Expedited Approvals of Medicinal Products

Author:

Dr Leticia Monjas-Gómez
Consultant

 

Introduction.

Developing a novel drug, including discovery, nonclinical toxicology studies, and clinical studies, may take many years. Once a Company has generated this comprehensive body of data, the final step prior to regulatory approval is Health Authority review of the marketing authorisation application. 

Review by regulatory authorities to evaluate whether the data support a positive benefit/risk profile takes many months, adding additional time before patients may access approved therapy. Here, we discuss the opportunities that the US Food and Drug Administration (FDA), the European Medicines Agency (EMA) and the Medicines and Healthcare products Regulatory Agency (MHRA) offer in the US, the EU and the UK to expedite the regulatory approval timelines for drugs intended to treat serious diseases and unmet medical needs.

Accelerated Approval (US) and Conditional Approval (EU and UK) are options for applicants to provide preliminary data to Health Authorities in order to support a more limited approval. These pathways are generally reserved for diseases that despite having a significant impact on morbidity and/or mortality are sorely lacking in adequate treatment options, and may be proposed by either the Sponsor or the Health Authority. Additional data are then required to convert these approvals to “full approval.” If additional data do not in fact confirm the earlier promise of benefit, approval may be withdrawn. In addition, in the EU and in the UK, the Exceptional Circumstances approval pathway is available for those applications where it would not be possible or ethical to collect the standard level of evidence typically required to support approval.

Although not an approval pathway, the FDA can use its Emergency Use Authorization (EUA) authority to allow the use of unapproved medical products, or unapproved uses of approved medical products, to diagnose, treat, or prevent serious or life-threatening diseases when certain criteria are met, including that there are no adequate, approved, and available alternatives.

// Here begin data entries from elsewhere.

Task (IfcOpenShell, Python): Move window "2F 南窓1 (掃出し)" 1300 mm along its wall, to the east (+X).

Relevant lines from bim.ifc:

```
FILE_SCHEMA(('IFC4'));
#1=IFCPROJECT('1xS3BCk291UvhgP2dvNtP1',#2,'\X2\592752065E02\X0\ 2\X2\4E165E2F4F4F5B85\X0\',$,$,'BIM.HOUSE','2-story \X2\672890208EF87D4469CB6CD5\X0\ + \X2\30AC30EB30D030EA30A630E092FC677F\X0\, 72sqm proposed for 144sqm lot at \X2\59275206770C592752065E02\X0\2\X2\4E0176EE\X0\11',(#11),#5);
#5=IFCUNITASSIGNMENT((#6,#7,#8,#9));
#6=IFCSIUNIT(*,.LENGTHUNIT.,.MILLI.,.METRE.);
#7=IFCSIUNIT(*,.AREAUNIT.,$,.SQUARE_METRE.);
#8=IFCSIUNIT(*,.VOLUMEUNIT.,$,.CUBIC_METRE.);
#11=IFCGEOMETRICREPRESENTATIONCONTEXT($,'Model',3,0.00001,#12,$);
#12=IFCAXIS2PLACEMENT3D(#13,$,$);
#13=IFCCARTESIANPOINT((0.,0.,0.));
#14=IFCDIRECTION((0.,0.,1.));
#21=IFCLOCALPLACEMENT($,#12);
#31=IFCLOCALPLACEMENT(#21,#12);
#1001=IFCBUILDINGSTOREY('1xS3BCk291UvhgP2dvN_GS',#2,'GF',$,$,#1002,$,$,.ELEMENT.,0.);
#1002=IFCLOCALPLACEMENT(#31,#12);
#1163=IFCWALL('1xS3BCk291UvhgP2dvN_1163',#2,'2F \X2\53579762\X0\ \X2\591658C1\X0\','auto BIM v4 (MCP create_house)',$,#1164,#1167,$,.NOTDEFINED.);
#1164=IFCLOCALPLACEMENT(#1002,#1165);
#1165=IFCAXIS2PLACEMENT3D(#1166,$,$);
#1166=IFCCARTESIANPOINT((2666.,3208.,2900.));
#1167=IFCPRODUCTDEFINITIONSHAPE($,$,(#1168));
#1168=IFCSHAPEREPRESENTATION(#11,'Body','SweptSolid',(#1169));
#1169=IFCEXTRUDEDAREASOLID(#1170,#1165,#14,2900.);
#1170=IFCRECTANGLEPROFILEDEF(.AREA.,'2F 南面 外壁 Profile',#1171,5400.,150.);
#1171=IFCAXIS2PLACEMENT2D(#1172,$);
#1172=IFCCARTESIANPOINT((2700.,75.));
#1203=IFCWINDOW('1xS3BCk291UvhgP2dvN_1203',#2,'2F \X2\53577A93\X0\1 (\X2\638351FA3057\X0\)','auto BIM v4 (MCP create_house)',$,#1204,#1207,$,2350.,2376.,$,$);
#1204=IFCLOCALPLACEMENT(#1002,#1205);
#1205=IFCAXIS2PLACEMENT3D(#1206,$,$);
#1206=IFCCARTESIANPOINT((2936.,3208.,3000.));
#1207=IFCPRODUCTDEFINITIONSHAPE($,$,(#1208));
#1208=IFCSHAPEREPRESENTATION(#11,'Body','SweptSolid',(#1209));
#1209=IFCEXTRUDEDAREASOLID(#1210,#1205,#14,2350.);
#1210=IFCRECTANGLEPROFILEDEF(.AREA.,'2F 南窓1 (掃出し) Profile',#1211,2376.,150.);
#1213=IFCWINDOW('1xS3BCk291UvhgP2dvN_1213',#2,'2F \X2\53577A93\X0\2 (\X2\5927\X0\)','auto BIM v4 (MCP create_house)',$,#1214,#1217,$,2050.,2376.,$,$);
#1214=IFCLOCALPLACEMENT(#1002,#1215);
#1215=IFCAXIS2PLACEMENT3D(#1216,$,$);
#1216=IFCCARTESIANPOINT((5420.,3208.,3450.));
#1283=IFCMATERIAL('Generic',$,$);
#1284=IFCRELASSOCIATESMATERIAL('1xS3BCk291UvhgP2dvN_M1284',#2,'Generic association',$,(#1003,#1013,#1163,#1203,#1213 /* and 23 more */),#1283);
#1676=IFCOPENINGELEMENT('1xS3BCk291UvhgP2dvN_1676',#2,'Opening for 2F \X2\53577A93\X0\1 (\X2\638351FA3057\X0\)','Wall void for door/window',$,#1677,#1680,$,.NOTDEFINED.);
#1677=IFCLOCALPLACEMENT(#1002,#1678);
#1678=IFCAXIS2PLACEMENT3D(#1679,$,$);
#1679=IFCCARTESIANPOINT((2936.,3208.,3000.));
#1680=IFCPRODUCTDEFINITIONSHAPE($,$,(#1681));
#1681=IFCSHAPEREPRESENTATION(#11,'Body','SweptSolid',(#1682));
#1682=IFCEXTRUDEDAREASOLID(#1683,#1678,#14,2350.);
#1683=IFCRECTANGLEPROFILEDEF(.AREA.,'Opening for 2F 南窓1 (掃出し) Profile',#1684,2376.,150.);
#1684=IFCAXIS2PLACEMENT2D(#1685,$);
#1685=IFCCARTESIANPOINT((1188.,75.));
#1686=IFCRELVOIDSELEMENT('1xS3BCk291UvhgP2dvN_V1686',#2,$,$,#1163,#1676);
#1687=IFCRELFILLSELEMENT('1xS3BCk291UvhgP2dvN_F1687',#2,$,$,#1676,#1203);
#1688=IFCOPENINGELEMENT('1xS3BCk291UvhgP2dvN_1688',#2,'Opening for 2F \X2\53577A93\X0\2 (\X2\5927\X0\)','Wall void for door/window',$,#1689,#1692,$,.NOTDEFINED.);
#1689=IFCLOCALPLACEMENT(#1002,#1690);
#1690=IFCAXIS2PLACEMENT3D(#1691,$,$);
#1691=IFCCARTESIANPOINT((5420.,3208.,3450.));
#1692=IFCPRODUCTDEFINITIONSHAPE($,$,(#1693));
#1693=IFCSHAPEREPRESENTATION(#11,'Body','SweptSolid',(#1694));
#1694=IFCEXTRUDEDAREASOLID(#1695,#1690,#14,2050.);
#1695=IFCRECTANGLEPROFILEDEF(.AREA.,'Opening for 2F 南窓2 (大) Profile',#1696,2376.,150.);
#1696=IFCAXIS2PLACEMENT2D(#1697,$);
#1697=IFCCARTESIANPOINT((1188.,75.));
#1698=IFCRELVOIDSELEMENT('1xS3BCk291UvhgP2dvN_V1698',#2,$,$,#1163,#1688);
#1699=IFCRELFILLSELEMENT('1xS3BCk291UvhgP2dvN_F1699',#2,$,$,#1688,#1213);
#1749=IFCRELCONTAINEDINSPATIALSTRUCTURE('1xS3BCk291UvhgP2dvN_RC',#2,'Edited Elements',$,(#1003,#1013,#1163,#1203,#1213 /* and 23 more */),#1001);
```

```python
import ifcopenshell
import ifcopenshell.api.geometry
import ifcopenshell.util.placement

model = ifcopenshell.open("bim.ifc")

window = model.by_guid("1xS3BCk291UvhgP2dvN_1203")
opening = window.FillsVoids[0].RelatingOpeningElement
wall = opening.VoidsElements[0].RelatingBuildingElement

wall_matrix = ifcopenshell.util.placement.get_local_placement(wall.ObjectPlacement)
shift = wall_matrix[:3, 0] * 1300.0
before = ifcopenshell.util.placement.get_local_placement(window.ObjectPlacement)[:3, 3].copy()

# The window is not placed relative to its opening, so move both.
for product in (opening, window):
    matrix = ifcopenshell.util.placement.get_local_placement(product.ObjectPlacement)
    matrix[:3, 3] += shift
    ifcopenshell.api.geometry.edit_object_placement(model, product=product, matrix=matrix, is_si=False)

after = ifcopenshell.util.placement.get_local_placement(window.ObjectPlacement)[:3, 3]
print("window moved by", (after - before).round(3) + 0.0)

model.write("bim_rev.ifc")
```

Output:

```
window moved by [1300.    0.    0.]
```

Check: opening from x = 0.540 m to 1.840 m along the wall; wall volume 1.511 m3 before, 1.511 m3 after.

Before the FDA can issue an EUA, the US Department of Health and Human Services (HHS) Secretary must make a declaration of an emergency, or a significant potential for an emergency and/or threat, justifying authorization of emergency use for a product.

US Accelerated Approval.

The accelerated approval provisions of the Food and Drug Administration Safety and Innovation Act (FDASIA) in section 506(c) of the Federal Food, Drug, and Cosmetic Act (FD&C Act) provide that FDA may grant accelerated approval to “a product for a serious or life-threatening disease or condition…upon a determination that the product has an effect on a surrogate endpoint that is reasonably likely to predict clinical benefit, or on a clinical endpoint that can be measured earlier than irreversible morbidity or mortality, that is reasonably likely to predict an effect on irreversible morbidity or mortality or other clinical benefit, taking into account the severity, rarity, or prevalence of the condition and the availability or lack of alternative treatments.” 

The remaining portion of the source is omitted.